Hematoxylin and eosin and immunostaining with anti-human macrophage monoclonal antibody (PG-M1) were performed. Computerized planimetry was used to analyze 26 atherectomy specimens comprising 524 pieces of tissue from 8 patients with chronic stable angina, 8 patients with unstable angina, and 10 patients with non-Q-wave myocardial infarction. Total plaque area was 417 +/- 87 mm2 x 10(-2) in patients with stable angina, 601 +/- 157 mm2 x 10(-2) in patients with unstable angina, and 499 +/- 87 mm2 x 10(-2) in patients with non-Q-wave myocardial infarction (P = NS). The macrophage-rich area was larger in plaques from patients with unstable angina (61 +/- 18 mm2 x 10(-2)) and non-Q-wave myocardial infarction (87 +/- 32 mm2 x 10(-2)) than in plaques from patients with stable angina (14 +/- 5 mm2 x 10(-2)) (P = .024). The percentage of the total plaque area occupied by macrophages was also larger in patients with unstable angina (13.3 +/- 5.6%) and non-Q-wave myocardial infarction (14.6 +/- 4.6%) than in patients with stable angina (3.14 +/- 1%) (P = .018). Macrophage-rich sclerotic tissue was largest in patients with non-Q-wave myocardial infarction (67 +/- 30 mm2 x 10(-2)) and unstable angina (55 +/- 19 mm2 x 10(-2)) than in patients with stable angina (11.5 +/- 4.1 mm2 x 10(-2)) (P = .046). Macrophage-rich atheromatous gruel was also largest in patients with non-Q-wave myocardial infarction (15 +/- 4 mm2 x 10(-2)) than in patients with unstable angina (3.3 +/- 1.7 mm2 x 10(-2)) or stable angina (2.4 +/- 1.2 mm2 x 10(-2)) (P = .026).

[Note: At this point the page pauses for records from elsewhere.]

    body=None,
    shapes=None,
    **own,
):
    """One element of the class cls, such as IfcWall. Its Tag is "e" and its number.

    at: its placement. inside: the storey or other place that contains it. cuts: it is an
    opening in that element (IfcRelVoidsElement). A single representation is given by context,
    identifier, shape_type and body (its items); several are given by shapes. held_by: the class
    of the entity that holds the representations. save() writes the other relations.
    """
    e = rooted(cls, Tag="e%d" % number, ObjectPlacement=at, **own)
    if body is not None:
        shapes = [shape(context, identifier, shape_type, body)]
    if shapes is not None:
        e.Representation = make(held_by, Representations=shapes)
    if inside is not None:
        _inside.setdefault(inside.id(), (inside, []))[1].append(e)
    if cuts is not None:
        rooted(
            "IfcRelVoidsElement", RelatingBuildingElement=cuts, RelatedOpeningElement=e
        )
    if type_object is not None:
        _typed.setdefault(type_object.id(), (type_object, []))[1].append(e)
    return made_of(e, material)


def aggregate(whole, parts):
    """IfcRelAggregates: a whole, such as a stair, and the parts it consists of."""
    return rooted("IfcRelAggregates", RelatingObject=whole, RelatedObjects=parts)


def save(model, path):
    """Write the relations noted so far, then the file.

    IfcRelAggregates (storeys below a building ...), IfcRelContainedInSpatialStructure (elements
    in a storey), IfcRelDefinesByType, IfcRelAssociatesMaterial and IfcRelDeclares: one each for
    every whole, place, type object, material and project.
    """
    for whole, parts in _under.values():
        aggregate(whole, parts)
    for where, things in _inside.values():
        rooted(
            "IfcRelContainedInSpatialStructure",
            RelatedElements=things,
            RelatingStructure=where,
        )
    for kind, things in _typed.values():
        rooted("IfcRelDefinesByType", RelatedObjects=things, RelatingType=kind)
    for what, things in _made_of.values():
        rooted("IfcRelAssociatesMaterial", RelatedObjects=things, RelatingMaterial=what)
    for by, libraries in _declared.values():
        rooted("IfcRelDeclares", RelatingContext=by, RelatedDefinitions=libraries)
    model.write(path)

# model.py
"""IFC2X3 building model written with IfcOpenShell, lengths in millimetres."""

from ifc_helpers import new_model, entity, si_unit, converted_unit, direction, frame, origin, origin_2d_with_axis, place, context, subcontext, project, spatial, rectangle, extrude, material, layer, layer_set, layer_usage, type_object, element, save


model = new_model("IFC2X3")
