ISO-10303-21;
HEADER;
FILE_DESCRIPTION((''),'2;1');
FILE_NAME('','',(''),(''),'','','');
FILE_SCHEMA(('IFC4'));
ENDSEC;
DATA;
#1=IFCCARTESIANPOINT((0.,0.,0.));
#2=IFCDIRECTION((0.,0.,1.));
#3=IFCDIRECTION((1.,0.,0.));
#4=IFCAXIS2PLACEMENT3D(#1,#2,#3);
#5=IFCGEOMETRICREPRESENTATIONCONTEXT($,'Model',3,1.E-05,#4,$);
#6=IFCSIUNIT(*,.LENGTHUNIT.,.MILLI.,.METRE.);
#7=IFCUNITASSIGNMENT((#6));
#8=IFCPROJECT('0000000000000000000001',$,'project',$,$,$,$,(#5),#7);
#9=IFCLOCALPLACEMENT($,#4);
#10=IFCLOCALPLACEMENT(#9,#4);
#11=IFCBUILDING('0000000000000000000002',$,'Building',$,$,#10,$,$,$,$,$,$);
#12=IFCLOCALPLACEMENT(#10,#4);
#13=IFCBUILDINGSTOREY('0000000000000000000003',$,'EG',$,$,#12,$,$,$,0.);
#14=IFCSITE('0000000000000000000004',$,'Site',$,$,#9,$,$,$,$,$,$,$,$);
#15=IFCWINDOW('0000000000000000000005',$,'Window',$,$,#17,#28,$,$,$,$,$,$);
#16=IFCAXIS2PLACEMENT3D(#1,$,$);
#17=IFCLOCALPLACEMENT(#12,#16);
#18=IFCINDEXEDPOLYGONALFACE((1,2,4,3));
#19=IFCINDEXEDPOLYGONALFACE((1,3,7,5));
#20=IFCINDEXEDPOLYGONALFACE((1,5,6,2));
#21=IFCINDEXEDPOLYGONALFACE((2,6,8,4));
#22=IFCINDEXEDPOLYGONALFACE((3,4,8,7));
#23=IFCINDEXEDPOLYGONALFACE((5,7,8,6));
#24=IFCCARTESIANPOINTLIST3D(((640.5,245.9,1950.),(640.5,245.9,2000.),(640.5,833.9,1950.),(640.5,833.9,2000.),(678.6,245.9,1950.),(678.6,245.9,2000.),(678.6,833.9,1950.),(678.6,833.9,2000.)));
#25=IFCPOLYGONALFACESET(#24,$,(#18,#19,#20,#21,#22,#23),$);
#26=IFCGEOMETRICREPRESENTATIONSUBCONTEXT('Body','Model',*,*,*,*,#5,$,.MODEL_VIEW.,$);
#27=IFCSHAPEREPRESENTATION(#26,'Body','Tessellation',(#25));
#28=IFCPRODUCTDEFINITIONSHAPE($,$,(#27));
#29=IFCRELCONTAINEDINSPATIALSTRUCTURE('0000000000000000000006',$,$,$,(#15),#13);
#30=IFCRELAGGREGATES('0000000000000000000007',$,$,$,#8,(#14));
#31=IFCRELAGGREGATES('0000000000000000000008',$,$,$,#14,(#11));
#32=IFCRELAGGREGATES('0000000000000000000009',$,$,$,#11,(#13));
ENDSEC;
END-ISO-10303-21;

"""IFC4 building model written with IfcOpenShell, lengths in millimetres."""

from ifc_helpers import new_model, si_unit, frame, origin_with_axes, place, context, subcontext, project, spatial, rectangle, extrude, element, save


model = new_model("IFC4")

# Units and contexts
model_context = context("Model", 3, precision=1e-05, world=origin_with_axes())
body_context = subcontext(model_context, "Body", "Model", "MODEL_VIEW")
ifc_project = project(units=[si_unit("LENGTHUNIT", "METRE", prefix="MILLI")], contexts=[model_context])

# Site, building, storey
site_placement = place(None, origin_with_axes())
site = spatial("IfcSite", under=ifc_project, at=site_placement, Name="Site")
building_placement = place(site_placement, origin_with_axes())
building = spatial("IfcBuilding", under=site, at=building_placement, Name="Building")
storey_placement = place(building_placement, origin_with_axes())
storey = spatial("IfcBuildingStorey", under=building, at=storey_placement, Name="EG", Elevation=0.0)

# Window
window_1_placement = place(storey_placement, origin_with_axes())
element("IfcWindow", 1, at=window_1_placement, inside=storey, Name="Window", context=body_context, shape_type="SweptSolid", body=[
    extrude(rectangle(XDim=588.0, YDim=38.1), frame((659.6, 539.9, 1950.0), z_axis=(0.0, 0.0, 1.0), x_axis=(0.0, 1.0, 0.0)), (0.0, 0.0, 1.0), 50.0),
])

save(model, "model.ifc")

Macrophage-rich areas are more frequently found in patients with unstable angina and non-Q-wave myocardial infarction. This suggests that macrophages are a marker of unstable atherosclerotic plaques and may play a significant role in the pathophysiology of acute coronary syndromes.
动脉粥样硬化斑块破裂可能是急性冠状动脉综合征突然发作的最重要机制。巨噬细胞可能释放溶解酶,降解纤维帽,从而导致动脉粥样硬化斑块破裂。本研究旨在量化稳定型和不稳定型冠状动脉综合征患者冠状动脉斑块组织中的巨噬细胞含量。

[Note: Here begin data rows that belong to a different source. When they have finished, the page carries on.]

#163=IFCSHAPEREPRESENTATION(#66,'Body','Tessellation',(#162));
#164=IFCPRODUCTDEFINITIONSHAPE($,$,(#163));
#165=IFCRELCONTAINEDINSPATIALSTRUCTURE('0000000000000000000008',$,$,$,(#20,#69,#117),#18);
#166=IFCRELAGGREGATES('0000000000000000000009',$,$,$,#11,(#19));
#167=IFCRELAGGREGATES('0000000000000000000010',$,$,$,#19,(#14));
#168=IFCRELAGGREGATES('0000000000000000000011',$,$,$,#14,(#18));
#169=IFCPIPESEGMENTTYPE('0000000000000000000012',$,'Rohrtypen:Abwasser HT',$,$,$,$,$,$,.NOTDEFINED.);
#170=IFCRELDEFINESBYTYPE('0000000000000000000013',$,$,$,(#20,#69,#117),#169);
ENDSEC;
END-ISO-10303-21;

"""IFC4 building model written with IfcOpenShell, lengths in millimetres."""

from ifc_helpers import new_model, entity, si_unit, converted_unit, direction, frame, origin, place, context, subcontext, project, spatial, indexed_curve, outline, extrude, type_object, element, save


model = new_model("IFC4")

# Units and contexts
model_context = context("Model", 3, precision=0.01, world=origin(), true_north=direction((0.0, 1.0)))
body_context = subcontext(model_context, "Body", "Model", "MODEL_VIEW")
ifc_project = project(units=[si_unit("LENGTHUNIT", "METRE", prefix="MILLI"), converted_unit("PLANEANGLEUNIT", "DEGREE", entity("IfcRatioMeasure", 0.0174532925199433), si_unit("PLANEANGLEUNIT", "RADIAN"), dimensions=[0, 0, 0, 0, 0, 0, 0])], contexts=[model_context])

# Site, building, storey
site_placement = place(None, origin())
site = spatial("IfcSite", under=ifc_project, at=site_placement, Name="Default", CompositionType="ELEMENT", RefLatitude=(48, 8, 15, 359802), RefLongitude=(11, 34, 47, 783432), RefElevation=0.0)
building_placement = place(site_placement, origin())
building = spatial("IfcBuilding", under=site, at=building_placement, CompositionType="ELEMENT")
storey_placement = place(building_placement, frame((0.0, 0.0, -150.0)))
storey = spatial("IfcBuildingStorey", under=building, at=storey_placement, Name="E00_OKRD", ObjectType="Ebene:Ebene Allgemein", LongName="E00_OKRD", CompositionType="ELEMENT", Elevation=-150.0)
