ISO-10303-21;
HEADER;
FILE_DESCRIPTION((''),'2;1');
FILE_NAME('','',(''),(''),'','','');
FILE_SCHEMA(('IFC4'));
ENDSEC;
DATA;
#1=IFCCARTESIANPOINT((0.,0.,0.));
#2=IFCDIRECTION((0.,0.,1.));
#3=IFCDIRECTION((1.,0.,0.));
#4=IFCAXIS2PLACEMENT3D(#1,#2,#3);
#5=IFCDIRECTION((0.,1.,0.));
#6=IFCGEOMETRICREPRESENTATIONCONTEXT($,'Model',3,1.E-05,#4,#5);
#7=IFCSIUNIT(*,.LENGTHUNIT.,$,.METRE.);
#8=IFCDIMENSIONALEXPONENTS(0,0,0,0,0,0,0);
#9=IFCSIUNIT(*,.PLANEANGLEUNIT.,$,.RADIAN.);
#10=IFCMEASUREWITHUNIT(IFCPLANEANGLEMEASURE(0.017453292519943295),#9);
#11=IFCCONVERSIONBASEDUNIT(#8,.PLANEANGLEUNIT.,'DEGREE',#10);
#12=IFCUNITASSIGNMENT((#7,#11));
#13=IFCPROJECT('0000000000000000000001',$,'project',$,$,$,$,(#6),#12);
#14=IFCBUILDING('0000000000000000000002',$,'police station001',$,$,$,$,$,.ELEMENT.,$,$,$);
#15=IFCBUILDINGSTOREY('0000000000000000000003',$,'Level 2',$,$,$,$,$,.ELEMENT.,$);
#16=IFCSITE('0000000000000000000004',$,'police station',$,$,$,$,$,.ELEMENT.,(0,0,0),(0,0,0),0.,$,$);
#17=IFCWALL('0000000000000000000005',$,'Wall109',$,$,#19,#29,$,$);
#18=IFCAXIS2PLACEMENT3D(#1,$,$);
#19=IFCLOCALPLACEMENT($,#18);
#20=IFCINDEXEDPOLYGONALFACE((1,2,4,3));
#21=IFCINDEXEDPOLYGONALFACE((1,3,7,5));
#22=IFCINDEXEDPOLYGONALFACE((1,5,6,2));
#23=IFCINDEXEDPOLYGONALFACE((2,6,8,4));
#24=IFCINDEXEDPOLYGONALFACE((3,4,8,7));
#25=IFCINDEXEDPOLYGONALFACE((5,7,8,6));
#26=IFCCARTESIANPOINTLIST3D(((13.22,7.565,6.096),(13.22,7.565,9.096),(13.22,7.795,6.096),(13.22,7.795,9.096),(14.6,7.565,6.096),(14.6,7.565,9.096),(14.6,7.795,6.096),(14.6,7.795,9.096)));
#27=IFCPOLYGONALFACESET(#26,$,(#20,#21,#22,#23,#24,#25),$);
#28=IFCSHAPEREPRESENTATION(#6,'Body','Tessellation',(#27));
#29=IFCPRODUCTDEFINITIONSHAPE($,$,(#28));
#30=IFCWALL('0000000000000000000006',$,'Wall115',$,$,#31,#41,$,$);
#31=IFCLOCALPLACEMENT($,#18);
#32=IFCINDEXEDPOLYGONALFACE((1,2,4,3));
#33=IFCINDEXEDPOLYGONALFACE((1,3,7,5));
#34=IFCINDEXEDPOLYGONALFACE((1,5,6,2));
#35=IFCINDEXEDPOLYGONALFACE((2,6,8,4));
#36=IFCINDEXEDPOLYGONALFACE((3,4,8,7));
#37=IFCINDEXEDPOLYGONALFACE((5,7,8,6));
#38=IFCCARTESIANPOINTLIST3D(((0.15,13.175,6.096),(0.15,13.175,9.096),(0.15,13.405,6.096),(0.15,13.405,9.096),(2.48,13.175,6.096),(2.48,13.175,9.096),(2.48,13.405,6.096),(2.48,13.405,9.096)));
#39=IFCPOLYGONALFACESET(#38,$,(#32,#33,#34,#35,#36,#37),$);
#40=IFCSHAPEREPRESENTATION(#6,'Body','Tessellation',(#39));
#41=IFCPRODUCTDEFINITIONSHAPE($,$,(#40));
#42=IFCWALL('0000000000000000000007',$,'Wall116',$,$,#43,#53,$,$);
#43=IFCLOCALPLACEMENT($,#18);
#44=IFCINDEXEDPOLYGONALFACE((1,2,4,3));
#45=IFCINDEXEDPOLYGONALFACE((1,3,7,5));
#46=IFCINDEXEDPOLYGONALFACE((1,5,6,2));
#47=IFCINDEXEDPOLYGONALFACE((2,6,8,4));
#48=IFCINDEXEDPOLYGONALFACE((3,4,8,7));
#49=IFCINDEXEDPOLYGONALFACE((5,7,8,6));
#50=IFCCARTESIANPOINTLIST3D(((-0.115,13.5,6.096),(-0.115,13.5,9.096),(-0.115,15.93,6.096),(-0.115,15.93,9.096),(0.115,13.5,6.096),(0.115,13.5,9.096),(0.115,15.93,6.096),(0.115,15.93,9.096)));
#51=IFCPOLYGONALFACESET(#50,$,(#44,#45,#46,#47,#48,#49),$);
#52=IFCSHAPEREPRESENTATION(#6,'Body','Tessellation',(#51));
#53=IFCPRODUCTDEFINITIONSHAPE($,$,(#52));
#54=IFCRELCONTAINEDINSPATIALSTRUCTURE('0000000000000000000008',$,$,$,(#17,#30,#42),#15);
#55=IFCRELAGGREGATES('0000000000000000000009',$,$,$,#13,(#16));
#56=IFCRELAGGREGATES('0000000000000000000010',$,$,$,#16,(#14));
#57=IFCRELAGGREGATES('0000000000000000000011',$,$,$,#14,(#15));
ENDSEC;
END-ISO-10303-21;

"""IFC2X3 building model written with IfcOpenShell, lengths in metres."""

from ifc_helpers import new_model, entity, si_unit, converted_unit, direction, frame, frame_2d, origin_with_axes, place, context, project, spatial, rectangle, extrude, element, save


model = new_model("IFC2X3")

# Units and contexts
model_context = context("Model", 3, precision=1e-05, world=origin_with_axes(), true_north=direction((0.0, 1.0, 0.0)))
ifc_project = project(units=[si_unit("LENGTHUNIT", "METRE"), converted_unit("PLANEANGLEUNIT", "DEGREE", entity("IfcPlaneAngleMeasure", 0.017453292519943295), si_unit("PLANEANGLEUNIT", "RADIAN"), dimensions=[0, 0, 0, 0, 0, 0, 0])], contexts=[model_context])

# Site, building, storey
site = spatial("IfcSite", under=ifc_project, Name="police station", CompositionType="ELEMENT", RefLatitude=(0, 0, 0), RefLongitude=(0, 0, 0), RefElevation=0.0)
building = spatial("IfcBuilding", under=site, Name="police station001", CompositionType="ELEMENT")
storey = spatial("IfcBuildingStorey", under=building, Name="Level 2", CompositionType="ELEMENT")

# Shared definitions
placement = place(None, origin_with_axes())

# Walls
element("IfcWall", 1, at=placement, inside=storey, Name="Wall109", context=model_context, shape_type="SweptSolid", body=[
    extrude(rectangle(XDim=1.38, YDim=0.23, at=frame_2d((0.0, 0.0), x_axis=(1.0, 0.0, 0.0))), frame((13.91, 7.68, 6.096), z_axis=(0.0, 0.0, 1.0), x_axis=(1.0, 0.0, 0.0)), (0.0, 0.0, 1.0), 3.0),
])
element("IfcWall", 2, at=placement, inside=storey, Name="Wall115", context=model_context, shape_type="SweptSolid", body=[
    extrude(rectangle(XDim=2.33, YDim=0.23, at=frame_2d((0.0, 0.0), x_axis=(1.0, 0.0, 0.0))), frame((1.315, 13.29, 6.096), z_axis=(0.0, 0.0, 1.0), x_axis=(1.0, 0.0, 0.0)), (0.0, 0.0, 1.0), 3.0),
])
element("IfcWall", 3, at=placement, inside=storey, Name="Wall116", context=model_context, shape_type="SweptSolid", body=[
    extrude(rectangle(XDim=2.43, YDim=0.23, at=frame_2d((0.0, 0.0), x_axis=(0.0, -1.0, 0.0))), frame((0.0, 14.715, 6.096), z_axis=(0.0, 0.0, 1.0), x_axis=(1.0, 0.0, 0.0)), (0.0, 0.0, 1.0), 3.0),
])

save(model, "model.ifc")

进行苏木精-伊红染色及抗人巨噬细胞单克隆抗体(PG-M1)免疫染色。采用计算机图像分析技术对26例旋切标本进行分析,这些标本包括来自8例慢性稳定型心绞痛患者、8例不稳定型心绞痛患者和10例非Q波心肌梗死患者的524块组织。稳定型心绞痛患者的总斑块面积为417±87mm²×10⁻²,不稳定型心绞痛患者为601±157mm²×10⁻²,非Q波心肌梗死患者为499±87mm²×10⁻²(P=无显著性差异)。不稳定型心绞痛患者(61±18mm²×10⁻²)和非Q波心肌梗死患者(87±32mm²×10⁻²)斑块中富含巨噬细胞的区域大于稳定型心绞痛患者(14±5mm²×10⁻²)(P=0.024)。不稳定型心绞痛患者(13.3±5.6%)和非Q波心肌梗死患者(14.6±4.6%)巨噬细胞占总斑块面积的百分比也高于稳定型心绞痛患者(3.14±1%)(P=0.018)。非Q波心肌梗死患者(67±30mm²×10⁻²)和不稳定型心绞痛患者(55±19mm²×10⁻²)富含巨噬细胞的硬化组织大于稳定型心绞痛患者(11.5±4.1mm²×10⁻²)(P=0.046)。非Q波心肌梗死患者(15±4mm²×10⁻²)富含巨噬细胞的粥样物质也多于不稳定型心绞痛患者(3.3±1.7mm²×10⁻²)或稳定型心绞痛患者(2.4±1.2mm²×10⁻²)(P=0.026)。
不稳定型心绞痛和非Q波心肌梗死患者中更常见富含巨噬细胞的区域。这表明巨噬细胞是不稳定动脉粥样硬化斑块的标志物,可能在急性冠状动脉综合征的病理生理学中起重要作用。